Floral scent has been suggested to be a key factor both in the diversification of the angiosperms, and the evolution and intra-specific differentiation of plants. In this study, we determined the ploidy and nuclear DNA content of B. macrostachya plants from 14 different populations across Yunnan using flow cytometry. The components of the floral scent were also identified using gas chromatography and mass spectrometry (GC-MS). Within these 14 populations, two new ploidy levels, tetraploid (2n = 4x) and octaploid (2n = 8x) were detected and identified for the first time here.
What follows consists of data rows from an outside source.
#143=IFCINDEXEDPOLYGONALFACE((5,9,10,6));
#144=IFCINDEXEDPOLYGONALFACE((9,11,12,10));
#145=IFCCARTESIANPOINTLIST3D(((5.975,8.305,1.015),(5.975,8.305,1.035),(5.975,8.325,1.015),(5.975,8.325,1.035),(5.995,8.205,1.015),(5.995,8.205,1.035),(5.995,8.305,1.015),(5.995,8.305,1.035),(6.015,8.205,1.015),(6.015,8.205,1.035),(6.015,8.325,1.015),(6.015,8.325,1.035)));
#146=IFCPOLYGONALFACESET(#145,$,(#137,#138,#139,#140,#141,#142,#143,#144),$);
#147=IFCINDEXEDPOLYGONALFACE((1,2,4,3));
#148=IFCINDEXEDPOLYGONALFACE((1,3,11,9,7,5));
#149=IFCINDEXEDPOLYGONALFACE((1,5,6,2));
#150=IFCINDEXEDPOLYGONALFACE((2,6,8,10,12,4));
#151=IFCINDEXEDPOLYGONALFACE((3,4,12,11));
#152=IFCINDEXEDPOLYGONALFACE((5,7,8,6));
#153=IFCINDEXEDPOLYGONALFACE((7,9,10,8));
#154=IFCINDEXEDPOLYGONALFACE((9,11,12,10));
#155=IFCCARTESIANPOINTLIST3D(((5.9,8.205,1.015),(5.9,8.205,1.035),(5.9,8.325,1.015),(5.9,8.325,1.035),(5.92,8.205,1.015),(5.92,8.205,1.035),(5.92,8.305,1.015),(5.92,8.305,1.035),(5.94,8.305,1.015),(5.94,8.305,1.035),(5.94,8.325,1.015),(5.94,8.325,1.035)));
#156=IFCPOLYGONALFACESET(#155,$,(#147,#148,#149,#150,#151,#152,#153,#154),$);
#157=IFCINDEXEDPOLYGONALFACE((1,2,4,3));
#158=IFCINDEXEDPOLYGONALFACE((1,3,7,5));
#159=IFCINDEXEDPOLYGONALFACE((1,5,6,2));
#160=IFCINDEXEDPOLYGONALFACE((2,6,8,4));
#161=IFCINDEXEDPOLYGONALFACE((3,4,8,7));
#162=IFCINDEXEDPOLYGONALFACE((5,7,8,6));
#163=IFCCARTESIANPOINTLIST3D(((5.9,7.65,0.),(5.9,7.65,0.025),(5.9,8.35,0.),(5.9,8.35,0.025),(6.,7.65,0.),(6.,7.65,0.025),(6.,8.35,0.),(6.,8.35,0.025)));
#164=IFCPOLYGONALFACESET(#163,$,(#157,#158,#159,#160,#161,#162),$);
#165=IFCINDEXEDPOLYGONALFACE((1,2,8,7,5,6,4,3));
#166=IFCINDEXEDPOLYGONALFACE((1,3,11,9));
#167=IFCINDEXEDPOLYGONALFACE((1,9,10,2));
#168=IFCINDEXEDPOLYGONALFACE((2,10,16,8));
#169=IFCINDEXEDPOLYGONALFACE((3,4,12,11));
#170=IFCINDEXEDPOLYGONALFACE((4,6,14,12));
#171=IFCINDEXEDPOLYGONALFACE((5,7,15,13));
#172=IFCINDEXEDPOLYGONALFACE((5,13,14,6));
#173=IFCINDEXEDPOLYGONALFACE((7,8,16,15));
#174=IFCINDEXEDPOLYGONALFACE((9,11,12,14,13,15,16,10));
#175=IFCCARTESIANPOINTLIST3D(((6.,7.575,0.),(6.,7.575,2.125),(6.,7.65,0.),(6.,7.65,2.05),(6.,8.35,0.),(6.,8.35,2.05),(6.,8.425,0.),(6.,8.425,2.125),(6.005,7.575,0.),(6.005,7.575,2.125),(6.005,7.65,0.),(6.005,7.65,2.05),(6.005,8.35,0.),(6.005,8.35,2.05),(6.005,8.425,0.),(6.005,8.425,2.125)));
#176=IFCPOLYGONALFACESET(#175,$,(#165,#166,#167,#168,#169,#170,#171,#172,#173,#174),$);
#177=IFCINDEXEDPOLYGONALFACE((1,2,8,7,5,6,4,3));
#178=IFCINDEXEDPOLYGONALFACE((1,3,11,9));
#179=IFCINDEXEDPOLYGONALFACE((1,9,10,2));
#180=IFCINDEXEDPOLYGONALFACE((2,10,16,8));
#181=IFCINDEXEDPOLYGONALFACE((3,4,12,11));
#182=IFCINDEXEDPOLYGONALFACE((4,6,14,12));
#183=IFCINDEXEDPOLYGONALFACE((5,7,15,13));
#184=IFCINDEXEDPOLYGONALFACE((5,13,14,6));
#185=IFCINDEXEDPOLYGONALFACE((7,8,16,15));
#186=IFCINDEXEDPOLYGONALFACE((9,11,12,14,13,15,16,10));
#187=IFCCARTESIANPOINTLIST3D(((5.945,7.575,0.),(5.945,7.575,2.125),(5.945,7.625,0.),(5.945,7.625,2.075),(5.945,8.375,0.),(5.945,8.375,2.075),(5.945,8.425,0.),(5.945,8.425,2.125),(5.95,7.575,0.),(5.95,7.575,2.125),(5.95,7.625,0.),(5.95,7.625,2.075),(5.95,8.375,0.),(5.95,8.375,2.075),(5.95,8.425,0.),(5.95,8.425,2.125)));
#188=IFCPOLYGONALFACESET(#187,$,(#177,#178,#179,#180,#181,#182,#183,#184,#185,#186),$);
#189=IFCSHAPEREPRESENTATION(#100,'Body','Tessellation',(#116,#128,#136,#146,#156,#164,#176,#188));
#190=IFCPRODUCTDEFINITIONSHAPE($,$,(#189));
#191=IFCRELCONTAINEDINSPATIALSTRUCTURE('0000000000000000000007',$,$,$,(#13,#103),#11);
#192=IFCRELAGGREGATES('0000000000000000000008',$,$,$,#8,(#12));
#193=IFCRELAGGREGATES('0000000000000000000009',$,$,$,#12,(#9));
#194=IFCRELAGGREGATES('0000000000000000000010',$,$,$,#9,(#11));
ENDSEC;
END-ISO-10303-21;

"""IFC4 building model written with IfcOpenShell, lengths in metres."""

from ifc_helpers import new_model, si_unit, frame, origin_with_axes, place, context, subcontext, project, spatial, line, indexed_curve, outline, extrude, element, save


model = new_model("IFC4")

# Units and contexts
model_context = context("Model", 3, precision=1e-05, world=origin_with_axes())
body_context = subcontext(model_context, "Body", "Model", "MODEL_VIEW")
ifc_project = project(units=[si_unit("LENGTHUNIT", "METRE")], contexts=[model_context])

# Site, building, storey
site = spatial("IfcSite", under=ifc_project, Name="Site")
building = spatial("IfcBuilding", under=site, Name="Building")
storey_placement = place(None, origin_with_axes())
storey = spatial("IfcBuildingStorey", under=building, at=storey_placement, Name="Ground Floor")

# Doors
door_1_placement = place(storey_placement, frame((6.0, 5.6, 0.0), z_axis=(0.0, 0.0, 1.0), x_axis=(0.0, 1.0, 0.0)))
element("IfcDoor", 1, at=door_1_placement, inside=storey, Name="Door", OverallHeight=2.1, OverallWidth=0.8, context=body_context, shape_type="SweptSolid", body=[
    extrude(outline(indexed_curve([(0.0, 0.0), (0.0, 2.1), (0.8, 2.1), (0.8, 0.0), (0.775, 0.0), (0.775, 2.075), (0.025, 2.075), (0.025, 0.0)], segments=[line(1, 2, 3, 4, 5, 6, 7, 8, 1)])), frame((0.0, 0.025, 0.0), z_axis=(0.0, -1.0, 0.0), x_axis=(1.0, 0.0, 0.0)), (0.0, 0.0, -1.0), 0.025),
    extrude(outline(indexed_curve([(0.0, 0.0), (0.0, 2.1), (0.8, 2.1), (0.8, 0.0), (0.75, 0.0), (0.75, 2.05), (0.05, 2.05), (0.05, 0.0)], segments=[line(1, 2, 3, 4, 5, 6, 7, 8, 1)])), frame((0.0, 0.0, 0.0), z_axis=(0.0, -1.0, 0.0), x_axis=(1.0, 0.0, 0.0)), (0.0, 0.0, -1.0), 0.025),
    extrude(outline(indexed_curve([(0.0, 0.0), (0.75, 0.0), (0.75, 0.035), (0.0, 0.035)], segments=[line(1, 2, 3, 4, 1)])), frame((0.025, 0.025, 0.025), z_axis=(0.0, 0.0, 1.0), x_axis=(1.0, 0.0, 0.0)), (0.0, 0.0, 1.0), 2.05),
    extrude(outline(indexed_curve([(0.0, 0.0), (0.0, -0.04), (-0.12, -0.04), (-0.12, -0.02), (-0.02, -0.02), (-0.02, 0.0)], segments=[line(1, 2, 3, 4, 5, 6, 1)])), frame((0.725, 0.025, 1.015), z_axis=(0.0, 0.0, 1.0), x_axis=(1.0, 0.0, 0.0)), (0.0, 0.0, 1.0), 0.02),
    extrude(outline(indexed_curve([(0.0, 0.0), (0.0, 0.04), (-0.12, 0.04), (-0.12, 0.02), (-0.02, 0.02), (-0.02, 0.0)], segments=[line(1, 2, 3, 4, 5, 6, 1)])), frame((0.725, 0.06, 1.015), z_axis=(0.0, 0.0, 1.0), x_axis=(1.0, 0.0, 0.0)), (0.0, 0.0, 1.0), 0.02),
The mean 2C DNA content of the tetraploids ranged from 1.81 ± 0.01 to 1.92 ± 0.02 G, but was 3.52 ± 0.15 to 3.73 ± 0.04 G in the octaploids. In addition, thirty-two scent compounds were identified, most of which could be categorized into four major classes: fatty acid derivatives (49.60 ± 7.45%); benzenoids (21.24 ± 3.96%); monoterpenes (25.28 ± 3.70%) and sesquiterpenes (3.88 ± 1.05%). Both tetraploids and octaploids emitted large relative amounts of 4-hydroxy-4-methyl-2-pentanone (42.21 ± 3.52% and 21.57 ± 3.10%, respectively) and benzadehyde (20.42 ± 2.35% and 28.45 ± 2.37%, respectively). Multivariate analysis of floral scent chemistry revealed marked dissimilarity (49.49%) between tetraploids and octaploids, and 4-hydroxy-4-methyl-2-pentanone and benzadehyde contributed greatly to this divergence in chemical scent profile. Our results suggest that B. macrostachya is a species complex with four different ploidy levels (2n = 4x, 6x, 8x, 12x). We believe the complex is in a process of pollinator-mediated rapid divergence.